16. A cluster cache controller configured for coupling to a physical computing machine, wherein the cluster cache controller is configured to:

assess a health status of a clique of cluster cache controllers that cache data from a shared storage device;

determine the cluster cache controller's membership status with respect to the clique; and

if the cluster cache controller is a member of the clique and the health status of the clique is not degraded, enabling caching in a cache associated with the physical computing machine.
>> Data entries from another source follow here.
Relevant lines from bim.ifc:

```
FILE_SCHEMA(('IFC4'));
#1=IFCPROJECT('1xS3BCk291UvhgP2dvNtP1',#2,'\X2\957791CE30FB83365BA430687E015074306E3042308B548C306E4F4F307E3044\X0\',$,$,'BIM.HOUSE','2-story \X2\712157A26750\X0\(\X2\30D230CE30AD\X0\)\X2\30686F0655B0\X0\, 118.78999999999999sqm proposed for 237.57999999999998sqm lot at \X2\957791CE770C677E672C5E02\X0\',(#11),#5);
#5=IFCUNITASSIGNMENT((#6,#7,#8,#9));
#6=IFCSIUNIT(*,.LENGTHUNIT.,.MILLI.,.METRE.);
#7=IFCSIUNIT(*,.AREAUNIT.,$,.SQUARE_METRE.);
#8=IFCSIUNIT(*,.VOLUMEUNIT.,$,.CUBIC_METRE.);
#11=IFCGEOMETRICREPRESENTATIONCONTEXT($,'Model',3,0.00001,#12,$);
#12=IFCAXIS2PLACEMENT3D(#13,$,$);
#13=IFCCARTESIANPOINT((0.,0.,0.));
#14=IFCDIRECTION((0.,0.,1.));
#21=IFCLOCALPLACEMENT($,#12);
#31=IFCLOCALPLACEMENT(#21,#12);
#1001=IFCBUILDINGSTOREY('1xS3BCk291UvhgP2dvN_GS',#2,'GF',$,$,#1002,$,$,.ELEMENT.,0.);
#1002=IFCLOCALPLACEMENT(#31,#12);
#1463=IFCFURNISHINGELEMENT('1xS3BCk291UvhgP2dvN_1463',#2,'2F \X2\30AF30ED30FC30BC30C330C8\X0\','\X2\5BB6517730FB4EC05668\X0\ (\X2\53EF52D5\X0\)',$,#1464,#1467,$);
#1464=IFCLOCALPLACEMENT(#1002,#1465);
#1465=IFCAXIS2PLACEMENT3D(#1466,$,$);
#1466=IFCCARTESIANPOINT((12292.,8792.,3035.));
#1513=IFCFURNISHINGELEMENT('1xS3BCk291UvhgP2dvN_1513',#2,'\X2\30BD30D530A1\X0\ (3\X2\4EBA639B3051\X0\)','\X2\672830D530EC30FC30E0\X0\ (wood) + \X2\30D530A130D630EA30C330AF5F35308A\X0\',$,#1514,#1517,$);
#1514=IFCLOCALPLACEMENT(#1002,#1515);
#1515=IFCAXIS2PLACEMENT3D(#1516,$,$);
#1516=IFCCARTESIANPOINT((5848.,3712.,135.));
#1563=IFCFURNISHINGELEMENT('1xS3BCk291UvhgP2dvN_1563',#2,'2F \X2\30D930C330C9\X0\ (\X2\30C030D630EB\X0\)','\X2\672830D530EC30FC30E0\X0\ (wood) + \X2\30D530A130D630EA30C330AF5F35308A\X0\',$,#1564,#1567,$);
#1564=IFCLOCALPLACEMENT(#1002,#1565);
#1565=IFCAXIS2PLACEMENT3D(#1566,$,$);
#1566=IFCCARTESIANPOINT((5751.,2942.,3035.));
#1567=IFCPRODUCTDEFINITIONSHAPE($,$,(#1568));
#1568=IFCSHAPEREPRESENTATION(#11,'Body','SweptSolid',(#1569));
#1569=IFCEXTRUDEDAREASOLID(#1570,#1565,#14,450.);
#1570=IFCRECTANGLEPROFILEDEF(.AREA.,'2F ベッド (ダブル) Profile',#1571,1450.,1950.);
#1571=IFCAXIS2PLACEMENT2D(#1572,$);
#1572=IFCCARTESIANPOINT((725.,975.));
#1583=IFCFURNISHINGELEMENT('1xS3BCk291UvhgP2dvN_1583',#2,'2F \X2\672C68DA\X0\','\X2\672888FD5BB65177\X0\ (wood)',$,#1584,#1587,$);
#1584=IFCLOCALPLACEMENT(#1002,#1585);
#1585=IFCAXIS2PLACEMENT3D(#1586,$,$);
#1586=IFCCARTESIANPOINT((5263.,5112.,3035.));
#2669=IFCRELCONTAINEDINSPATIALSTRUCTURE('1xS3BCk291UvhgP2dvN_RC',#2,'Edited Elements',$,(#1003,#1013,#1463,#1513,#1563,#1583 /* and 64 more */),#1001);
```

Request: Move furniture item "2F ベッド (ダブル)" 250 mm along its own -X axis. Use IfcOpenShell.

```python
import ifcopenshell
import ifcopenshell.api.geometry
import ifcopenshell.util.placement

model = ifcopenshell.open("bim.ifc")

item = model.by_guid("1xS3BCk291UvhgP2dvN_1563")
matrix = ifcopenshell.util.placement.get_local_placement(item.ObjectPlacement)
matrix[:3, 3] -= matrix[:3, 0] * 250.0
ifcopenshell.api.geometry.edit_object_placement(model, product=item, matrix=matrix, is_si=False)

print(ifcopenshell.util.placement.get_local_placement(item.ObjectPlacement).round(3) + 0.0)

model.write("bim-out.ifc")
```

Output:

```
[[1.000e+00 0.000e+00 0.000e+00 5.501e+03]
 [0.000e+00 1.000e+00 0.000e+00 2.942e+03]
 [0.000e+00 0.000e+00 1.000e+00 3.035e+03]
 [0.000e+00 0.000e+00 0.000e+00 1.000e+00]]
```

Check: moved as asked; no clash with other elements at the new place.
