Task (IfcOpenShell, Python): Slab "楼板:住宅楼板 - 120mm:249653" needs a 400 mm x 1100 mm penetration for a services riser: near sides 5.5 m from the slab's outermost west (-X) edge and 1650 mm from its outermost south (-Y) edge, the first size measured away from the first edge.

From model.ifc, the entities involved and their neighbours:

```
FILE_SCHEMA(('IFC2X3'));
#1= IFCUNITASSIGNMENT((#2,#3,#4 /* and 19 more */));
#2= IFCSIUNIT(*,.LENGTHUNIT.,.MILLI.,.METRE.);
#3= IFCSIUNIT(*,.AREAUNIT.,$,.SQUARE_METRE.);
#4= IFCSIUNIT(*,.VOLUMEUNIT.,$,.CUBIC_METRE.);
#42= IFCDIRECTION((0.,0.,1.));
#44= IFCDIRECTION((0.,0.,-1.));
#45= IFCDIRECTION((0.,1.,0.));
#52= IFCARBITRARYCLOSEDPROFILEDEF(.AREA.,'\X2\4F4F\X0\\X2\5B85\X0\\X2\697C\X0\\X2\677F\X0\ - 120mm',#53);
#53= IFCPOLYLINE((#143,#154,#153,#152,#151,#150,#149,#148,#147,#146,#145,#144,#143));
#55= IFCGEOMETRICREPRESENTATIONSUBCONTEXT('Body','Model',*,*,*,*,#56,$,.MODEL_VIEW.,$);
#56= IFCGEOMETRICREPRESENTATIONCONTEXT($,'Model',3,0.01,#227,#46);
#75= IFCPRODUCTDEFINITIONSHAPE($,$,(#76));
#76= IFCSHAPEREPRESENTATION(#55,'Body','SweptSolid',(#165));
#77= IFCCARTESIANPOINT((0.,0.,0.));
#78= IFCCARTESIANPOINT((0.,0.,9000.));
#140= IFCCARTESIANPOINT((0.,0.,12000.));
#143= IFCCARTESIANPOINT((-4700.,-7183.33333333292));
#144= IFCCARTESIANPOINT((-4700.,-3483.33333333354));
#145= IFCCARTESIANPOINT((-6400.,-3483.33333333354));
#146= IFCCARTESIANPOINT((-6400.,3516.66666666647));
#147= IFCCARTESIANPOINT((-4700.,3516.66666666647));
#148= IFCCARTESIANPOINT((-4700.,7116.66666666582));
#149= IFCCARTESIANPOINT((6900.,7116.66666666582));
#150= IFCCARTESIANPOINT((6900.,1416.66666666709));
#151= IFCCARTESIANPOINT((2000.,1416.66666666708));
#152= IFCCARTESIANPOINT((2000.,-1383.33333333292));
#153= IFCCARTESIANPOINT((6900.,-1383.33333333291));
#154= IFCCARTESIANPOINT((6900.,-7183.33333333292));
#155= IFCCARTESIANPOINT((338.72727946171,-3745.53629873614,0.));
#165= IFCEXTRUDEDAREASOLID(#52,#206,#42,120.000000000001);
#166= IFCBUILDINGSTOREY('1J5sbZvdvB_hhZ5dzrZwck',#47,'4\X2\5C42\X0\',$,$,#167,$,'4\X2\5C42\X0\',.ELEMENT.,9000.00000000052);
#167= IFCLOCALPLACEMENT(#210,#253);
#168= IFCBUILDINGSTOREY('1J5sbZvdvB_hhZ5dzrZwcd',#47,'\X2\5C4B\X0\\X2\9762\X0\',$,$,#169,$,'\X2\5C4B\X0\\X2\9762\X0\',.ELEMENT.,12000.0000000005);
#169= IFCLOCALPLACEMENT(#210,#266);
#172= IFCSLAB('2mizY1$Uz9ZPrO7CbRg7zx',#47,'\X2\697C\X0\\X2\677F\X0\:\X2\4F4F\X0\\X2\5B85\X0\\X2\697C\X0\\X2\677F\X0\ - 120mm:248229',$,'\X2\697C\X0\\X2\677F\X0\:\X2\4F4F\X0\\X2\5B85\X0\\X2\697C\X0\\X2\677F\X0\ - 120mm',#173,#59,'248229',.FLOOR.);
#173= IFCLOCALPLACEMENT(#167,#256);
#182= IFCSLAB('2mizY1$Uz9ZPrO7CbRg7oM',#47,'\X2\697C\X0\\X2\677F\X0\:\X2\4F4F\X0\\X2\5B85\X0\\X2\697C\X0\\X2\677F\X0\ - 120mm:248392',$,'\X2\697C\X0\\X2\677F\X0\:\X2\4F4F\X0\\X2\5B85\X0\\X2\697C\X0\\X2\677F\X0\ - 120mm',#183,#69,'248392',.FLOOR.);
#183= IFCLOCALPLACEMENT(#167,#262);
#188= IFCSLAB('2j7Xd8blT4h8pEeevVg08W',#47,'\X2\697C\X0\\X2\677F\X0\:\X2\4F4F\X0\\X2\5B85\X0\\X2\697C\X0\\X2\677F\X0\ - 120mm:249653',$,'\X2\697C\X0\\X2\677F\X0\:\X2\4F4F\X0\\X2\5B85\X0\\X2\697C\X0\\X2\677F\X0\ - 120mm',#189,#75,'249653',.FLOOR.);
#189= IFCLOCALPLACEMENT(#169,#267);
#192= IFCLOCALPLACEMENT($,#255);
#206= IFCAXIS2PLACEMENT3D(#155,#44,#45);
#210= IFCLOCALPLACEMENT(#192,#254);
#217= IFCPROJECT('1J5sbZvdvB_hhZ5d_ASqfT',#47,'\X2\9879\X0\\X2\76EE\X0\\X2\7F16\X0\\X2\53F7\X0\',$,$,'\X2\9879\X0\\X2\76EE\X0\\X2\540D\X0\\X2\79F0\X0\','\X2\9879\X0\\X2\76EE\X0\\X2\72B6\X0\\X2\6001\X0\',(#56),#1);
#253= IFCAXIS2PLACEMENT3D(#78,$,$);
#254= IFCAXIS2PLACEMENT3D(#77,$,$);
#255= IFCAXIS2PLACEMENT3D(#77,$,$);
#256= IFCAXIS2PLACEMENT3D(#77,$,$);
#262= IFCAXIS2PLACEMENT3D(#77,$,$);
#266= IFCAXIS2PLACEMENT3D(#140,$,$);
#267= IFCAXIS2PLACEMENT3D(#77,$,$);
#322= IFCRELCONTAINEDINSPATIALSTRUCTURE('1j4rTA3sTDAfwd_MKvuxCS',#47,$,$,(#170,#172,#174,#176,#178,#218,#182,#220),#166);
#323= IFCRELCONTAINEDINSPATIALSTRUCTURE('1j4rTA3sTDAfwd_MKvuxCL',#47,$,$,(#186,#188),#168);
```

```python
import numpy as np
import ifcopenshell
import ifcopenshell.api.feature
import ifcopenshell.api.geometry
import ifcopenshell.api.root
import ifcopenshell.geom
import ifcopenshell.util.placement
import ifcopenshell.util.representation
import ifcopenshell.util.shape
import ifcopenshell.util.unit

model = ifcopenshell.open("model.ifc")
unit_scale = ifcopenshell.util.unit.calculate_unit_scale(model)
settings = ifcopenshell.geom.settings()


def volume(element):
    """Net volume in cubic metres, openings subtracted."""
    shape = ifcopenshell.geom.create_shape(settings, element)
    return ifcopenshell.util.shape.get_volume(shape.geometry)


slab = model.by_guid("2j7Xd8blT4h8pEeevVg08W")
before = volume(slab)

# Extent in the slab's own axes, in metres. The edges named are its -X and -Y sides.
slab_shape = ifcopenshell.geom.create_shape(settings, slab)
vertices = ifcopenshell.util.shape.get_vertices(slab_shape.geometry)
x_min, y_min, bottom = vertices.min(axis=0)
top = vertices[:, 2].max()

opening = ifcopenshell.api.root.create_entity(model, ifc_class="IfcOpeningElement", name="Services riser opening")
context = ifcopenshell.util.representation.get_context(model, "Model", "Body", "MODEL_VIEW")
width, depth = 0.4, 1.1
outline = [(0.0, 0.0), (width, 0.0), (width, depth), (0.0, depth), (0.0, 0.0)]
# Overshoot both faces by 50 mm so the cut is clean.
shape = ifcopenshell.api.geometry.add_slab_representation(
    model, context=context, depth=top - bottom + 0.1, polyline=outline
)
ifcopenshell.api.geometry.assign_representation(model, product=opening, representation=shape)

matrix = ifcopenshell.util.placement.get_local_placement(slab.ObjectPlacement)
matrix[:, 3] = matrix @ np.append(np.array([x_min + 5.5, y_min + 1.65, bottom - 0.05]) / unit_scale, 1.0)
ifcopenshell.api.geometry.edit_object_placement(model, product=opening, matrix=matrix, is_si=False)
ifcopenshell.api.feature.add_feature(model, feature=opening, element=slab)

after = volume(slab)

print(f"slab volume {before:.3f} -> {after:.3f} m3")

model.write("model-out.ifc")
```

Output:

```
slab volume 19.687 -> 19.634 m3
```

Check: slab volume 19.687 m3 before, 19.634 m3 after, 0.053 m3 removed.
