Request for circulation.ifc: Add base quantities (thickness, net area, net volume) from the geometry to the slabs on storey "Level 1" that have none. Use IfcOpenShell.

First a look at what the model holds.

```python
import ifcopenshell
import ifcopenshell.util.element
import ifcopenshell.util.unit

model = ifcopenshell.open("circulation.ifc")
print(model.schema)
for unit_type in ("LENGTHUNIT", "AREAUNIT", "VOLUMEUNIT"):
    print(unit_type, ifcopenshell.util.unit.calculate_unit_scale(model, unit_type))
storey = next(s for s in model.by_type("IfcBuildingStorey") if s.Name == "Level 1")
slabs = [e for e in ifcopenshell.util.element.get_decomposition(storey) if e.is_a("IfcSlab")]
for e in sorted(slabs, key=lambda e: e.id()):
    print(e.id(), e.is_a(), e.Name, list(ifcopenshell.util.element.get_psets(e, qtos_only=True)), sep=" | ")
```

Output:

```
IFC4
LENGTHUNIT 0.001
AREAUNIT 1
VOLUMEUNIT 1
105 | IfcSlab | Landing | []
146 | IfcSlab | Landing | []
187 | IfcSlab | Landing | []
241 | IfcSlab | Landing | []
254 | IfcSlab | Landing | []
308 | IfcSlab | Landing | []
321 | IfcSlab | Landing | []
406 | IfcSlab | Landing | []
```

```python
import ifcopenshell
import ifcopenshell.api.pset
import ifcopenshell.geom
import ifcopenshell.util.element
import ifcopenshell.util.shape
import ifcopenshell.util.unit

model = ifcopenshell.open("circulation.ifc")
unit_scale = ifcopenshell.util.unit.calculate_unit_scale(model)
area_scale = ifcopenshell.util.unit.calculate_unit_scale(model, "AREAUNIT")
volume_scale = ifcopenshell.util.unit.calculate_unit_scale(model, "VOLUMEUNIT")
settings = ifcopenshell.geom.settings()

storey = next(s for s in model.by_type("IfcBuildingStorey") if s.Name == "Level 1")
slabs = [e for e in ifcopenshell.util.element.get_decomposition(storey) if e.is_a("IfcSlab")]

for e in sorted(slabs, key=lambda e: e.id()):
    if ifcopenshell.util.element.get_psets(e, qtos_only=True, should_inherit=False):
        continue
    # Geometry comes back in metres, in the element's own axes.
    shape = ifcopenshell.geom.create_shape(settings, e)
    values = {
        "Width": ifcopenshell.util.shape.get_z(shape.geometry) / unit_scale,
        "NetArea": ifcopenshell.util.shape.get_footprint_area(shape.geometry) / area_scale,
        "NetVolume": ifcopenshell.util.shape.get_volume(shape.geometry) / volume_scale,
    }
    qto = ifcopenshell.api.pset.add_qto(model, product=e, name="Qto_SlabBaseQuantities")
    ifcopenshell.api.pset.edit_qto(model, qto=qto, properties=values)
    print(e.id(), {k: round(v, 3) for k, v in values.items()})

model.write("circulation_edited.ifc")
```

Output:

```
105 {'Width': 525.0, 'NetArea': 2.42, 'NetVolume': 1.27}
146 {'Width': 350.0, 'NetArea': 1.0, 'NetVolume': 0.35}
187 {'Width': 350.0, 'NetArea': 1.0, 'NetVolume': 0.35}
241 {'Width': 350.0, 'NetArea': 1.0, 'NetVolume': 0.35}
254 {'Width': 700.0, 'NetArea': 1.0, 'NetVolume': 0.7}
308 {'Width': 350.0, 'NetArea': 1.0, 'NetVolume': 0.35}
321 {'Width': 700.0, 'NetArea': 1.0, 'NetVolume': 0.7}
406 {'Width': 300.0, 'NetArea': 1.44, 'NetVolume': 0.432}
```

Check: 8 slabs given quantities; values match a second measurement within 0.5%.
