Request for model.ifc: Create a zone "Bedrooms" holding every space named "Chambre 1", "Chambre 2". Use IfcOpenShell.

First a look at what the model holds.

```python
import ifcopenshell

model = ifcopenshell.open("model.ifc")
print(model.schema)
seen = {}
for space in model.by_type("IfcSpace"):
    seen[space.LongName] = seen.get(space.LongName, 0) + 1
for name, count in sorted(seen.items(), key=str):
    print(count, "x", name)
print("zones:", [z.Name for z in model.by_type("IfcZone")][:20])
```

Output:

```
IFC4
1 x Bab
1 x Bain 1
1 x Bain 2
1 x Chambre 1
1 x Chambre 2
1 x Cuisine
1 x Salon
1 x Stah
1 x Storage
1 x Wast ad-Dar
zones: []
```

```python
import ifcopenshell
import ifcopenshell.api.group
import ifcopenshell.api.root

model = ifcopenshell.open("model.ifc")

names = {"Chambre 1", "Chambre 2"}
spaces = [s for s in model.by_type("IfcSpace") if s.LongName in names]

zone = ifcopenshell.api.root.create_entity(model, ifc_class="IfcZone", name="Bedrooms")
ifcopenshell.api.group.assign_group(model, products=spaces, group=zone)
print(len(spaces), "spaces in", zone.Name)

model.write("model_rev.ifc")
```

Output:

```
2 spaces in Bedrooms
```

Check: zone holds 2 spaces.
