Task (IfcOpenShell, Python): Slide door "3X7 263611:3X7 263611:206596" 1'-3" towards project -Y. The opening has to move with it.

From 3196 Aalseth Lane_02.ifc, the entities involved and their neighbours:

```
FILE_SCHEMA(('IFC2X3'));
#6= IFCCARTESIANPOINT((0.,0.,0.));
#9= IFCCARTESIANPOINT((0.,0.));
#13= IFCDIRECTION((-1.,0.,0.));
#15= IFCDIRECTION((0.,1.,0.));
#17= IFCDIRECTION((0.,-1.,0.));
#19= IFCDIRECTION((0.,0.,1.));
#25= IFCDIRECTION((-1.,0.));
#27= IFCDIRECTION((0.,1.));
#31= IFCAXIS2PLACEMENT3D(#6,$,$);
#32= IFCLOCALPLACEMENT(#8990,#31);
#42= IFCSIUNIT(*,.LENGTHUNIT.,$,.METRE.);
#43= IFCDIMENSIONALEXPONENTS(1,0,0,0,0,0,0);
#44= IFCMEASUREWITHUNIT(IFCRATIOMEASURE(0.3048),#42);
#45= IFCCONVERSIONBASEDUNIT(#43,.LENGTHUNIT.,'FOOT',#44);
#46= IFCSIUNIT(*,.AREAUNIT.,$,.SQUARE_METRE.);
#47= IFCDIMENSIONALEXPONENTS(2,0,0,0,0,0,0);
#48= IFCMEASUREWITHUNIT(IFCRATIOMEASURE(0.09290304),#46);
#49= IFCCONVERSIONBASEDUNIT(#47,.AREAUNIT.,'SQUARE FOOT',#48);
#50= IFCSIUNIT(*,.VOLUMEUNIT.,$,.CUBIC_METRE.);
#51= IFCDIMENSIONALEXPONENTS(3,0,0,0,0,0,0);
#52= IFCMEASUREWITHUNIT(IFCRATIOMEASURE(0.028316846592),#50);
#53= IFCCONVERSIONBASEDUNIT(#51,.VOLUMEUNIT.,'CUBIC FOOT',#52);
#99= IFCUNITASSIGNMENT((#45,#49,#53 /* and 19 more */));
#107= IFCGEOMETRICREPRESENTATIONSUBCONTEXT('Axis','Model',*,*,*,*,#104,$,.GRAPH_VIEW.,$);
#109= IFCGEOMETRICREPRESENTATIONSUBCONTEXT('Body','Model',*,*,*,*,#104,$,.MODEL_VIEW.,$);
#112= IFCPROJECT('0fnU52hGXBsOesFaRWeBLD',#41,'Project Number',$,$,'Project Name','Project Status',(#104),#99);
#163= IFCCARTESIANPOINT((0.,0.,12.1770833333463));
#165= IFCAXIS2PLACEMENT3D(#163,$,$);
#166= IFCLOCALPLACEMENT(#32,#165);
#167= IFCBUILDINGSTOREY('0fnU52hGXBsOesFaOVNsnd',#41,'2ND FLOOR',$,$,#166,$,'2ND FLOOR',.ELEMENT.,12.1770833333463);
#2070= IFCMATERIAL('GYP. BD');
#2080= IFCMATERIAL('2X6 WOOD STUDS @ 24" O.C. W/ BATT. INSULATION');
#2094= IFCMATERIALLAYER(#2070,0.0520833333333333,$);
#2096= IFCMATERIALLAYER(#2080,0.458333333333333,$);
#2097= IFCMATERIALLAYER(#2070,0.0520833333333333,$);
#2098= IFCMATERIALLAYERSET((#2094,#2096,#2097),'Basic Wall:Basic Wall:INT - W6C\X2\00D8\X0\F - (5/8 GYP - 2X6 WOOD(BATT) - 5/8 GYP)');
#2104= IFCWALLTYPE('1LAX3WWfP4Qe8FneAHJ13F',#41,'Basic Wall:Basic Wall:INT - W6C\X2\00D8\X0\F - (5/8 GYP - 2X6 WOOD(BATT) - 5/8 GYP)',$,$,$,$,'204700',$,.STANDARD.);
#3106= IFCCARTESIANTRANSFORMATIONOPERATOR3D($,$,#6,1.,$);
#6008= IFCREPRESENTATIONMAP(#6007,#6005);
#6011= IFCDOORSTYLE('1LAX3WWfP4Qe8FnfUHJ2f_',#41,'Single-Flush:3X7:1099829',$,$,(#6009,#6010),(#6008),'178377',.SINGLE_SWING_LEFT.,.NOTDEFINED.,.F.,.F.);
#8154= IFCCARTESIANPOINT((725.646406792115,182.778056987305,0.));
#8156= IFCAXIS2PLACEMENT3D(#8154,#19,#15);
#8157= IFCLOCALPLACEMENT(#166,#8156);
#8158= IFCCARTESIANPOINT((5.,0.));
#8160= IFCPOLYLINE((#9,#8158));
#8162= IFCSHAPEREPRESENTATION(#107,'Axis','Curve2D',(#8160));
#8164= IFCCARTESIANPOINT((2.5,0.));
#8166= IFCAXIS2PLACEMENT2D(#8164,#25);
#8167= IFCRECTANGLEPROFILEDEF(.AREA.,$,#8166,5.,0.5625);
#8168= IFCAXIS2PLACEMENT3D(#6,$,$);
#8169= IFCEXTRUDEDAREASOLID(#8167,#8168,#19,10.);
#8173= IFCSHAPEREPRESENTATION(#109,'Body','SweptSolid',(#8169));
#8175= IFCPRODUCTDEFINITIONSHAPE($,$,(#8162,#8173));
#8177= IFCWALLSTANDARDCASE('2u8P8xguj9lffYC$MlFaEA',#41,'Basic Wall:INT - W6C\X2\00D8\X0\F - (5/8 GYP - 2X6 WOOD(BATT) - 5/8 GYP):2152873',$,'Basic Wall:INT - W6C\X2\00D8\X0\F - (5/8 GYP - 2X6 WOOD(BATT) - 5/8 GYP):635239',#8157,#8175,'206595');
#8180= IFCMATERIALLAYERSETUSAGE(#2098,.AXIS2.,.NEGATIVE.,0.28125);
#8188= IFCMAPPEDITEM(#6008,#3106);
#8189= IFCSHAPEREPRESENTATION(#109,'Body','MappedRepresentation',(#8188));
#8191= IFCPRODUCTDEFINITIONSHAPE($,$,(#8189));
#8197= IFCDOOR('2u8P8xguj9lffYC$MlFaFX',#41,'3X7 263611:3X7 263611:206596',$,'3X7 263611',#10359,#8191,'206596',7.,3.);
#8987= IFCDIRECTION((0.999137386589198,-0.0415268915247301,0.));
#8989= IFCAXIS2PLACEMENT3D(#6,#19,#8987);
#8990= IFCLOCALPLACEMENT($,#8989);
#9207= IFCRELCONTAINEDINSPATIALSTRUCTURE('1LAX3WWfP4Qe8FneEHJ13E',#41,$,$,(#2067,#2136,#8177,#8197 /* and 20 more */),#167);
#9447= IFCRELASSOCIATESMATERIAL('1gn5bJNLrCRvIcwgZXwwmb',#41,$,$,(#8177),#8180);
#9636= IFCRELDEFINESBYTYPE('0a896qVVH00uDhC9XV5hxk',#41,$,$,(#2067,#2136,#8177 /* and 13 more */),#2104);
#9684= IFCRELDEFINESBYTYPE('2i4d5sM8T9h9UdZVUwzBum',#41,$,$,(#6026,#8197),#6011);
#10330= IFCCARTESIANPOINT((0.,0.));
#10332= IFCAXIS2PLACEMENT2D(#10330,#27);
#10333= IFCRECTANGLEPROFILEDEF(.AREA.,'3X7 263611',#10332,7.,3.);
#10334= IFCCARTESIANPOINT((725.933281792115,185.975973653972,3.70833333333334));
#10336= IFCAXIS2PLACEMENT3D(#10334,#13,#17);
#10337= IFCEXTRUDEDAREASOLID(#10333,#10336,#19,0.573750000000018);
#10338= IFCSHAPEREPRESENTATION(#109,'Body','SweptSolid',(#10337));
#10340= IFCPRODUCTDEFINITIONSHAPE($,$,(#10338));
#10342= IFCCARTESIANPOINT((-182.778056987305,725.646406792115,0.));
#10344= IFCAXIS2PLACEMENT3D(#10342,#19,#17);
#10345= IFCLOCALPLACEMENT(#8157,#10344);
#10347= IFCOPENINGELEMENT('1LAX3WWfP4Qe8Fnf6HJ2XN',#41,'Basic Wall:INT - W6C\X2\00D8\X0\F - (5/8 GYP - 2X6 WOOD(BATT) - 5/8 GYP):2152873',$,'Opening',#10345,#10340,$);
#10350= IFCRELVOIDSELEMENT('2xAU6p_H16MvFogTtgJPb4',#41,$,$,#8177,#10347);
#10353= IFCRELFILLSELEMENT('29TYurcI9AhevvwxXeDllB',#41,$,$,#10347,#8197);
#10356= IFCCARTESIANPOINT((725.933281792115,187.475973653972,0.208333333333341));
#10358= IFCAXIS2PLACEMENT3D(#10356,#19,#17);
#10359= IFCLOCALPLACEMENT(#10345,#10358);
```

```python
import ifcopenshell
import ifcopenshell.api.geometry
import ifcopenshell.util.placement
import ifcopenshell.util.unit

model = ifcopenshell.open("3196 Aalseth Lane_02.ifc")
unit_scale = ifcopenshell.util.unit.calculate_unit_scale(model)

door = model.by_guid("2u8P8xguj9lffYC$MlFaFX")
opening = door.FillsVoids[0].RelatingOpeningElement
wall = opening.VoidsElements[0].RelatingBuildingElement

wall_matrix = ifcopenshell.util.placement.get_local_placement(wall.ObjectPlacement)
shift = wall_matrix[:3, 0] * -15 * 0.0254 / unit_scale
before = ifcopenshell.util.placement.get_local_placement(door.ObjectPlacement)[:3, 3].copy()

# The door is placed relative to its opening, so it follows when the opening moves.
matrix = ifcopenshell.util.placement.get_local_placement(opening.ObjectPlacement)
matrix[:3, 3] += shift
ifcopenshell.api.geometry.edit_object_placement(
    model, product=opening, matrix=matrix, is_si=False, should_transform_children=True
)

after = ifcopenshell.util.placement.get_local_placement(door.ObjectPlacement)[:3, 3]
print("door moved by", (after - before).round(3) + 0.0)

model.write("3196 Aalseth Lane_02_rev.ifc")
```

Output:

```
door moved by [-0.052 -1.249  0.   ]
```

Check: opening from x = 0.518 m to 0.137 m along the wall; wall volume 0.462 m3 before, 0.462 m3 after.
17. The cluster cache controller of claim 16, wherein the cluster cache controller is further configured to, prior to performing caching operations, perform the following:

establish an out-of-band connection with at least one cluster cache controller that is a member of the clique; and

register as a member of the clique.

18. The device of claim 16 wherein the cluster cache controller is further configured to:

broadcast a health check message to other clique members;

monitor for a response from the other clique members; and

if a response is not received from each of the other clique members, broadcast a clique degradation message indicating that the health status of the clique is degraded.

19. The device of claim 16 wherein the cluster cache controller is further configured to invalidate data in the cache when the physical computing machine ceases hosting of a virtual machine having a virtual disk file cached in the cache.

20. The cluster cache controller of claim 16 wherein the cluster cache controller is further configured to disable caching and invalidate data in the cache in response to receiving a clique degradation message.

21. The cluster cache controller of claim 16 wherein the cluster cache controller is further configured to:

detect a persistent reserve message from a requesting cluster caching logic in the clique reserving exclusive access to the shared memory device;

record a list of memory blocks written by the requesting cluster caching logic while the shared storage device is reserved;

detect a revocation message from the requesting cluster caching logic;

broadcast a clique degradation message indicating that the health status of the clique is degraded if a response is not received from all members of the clique.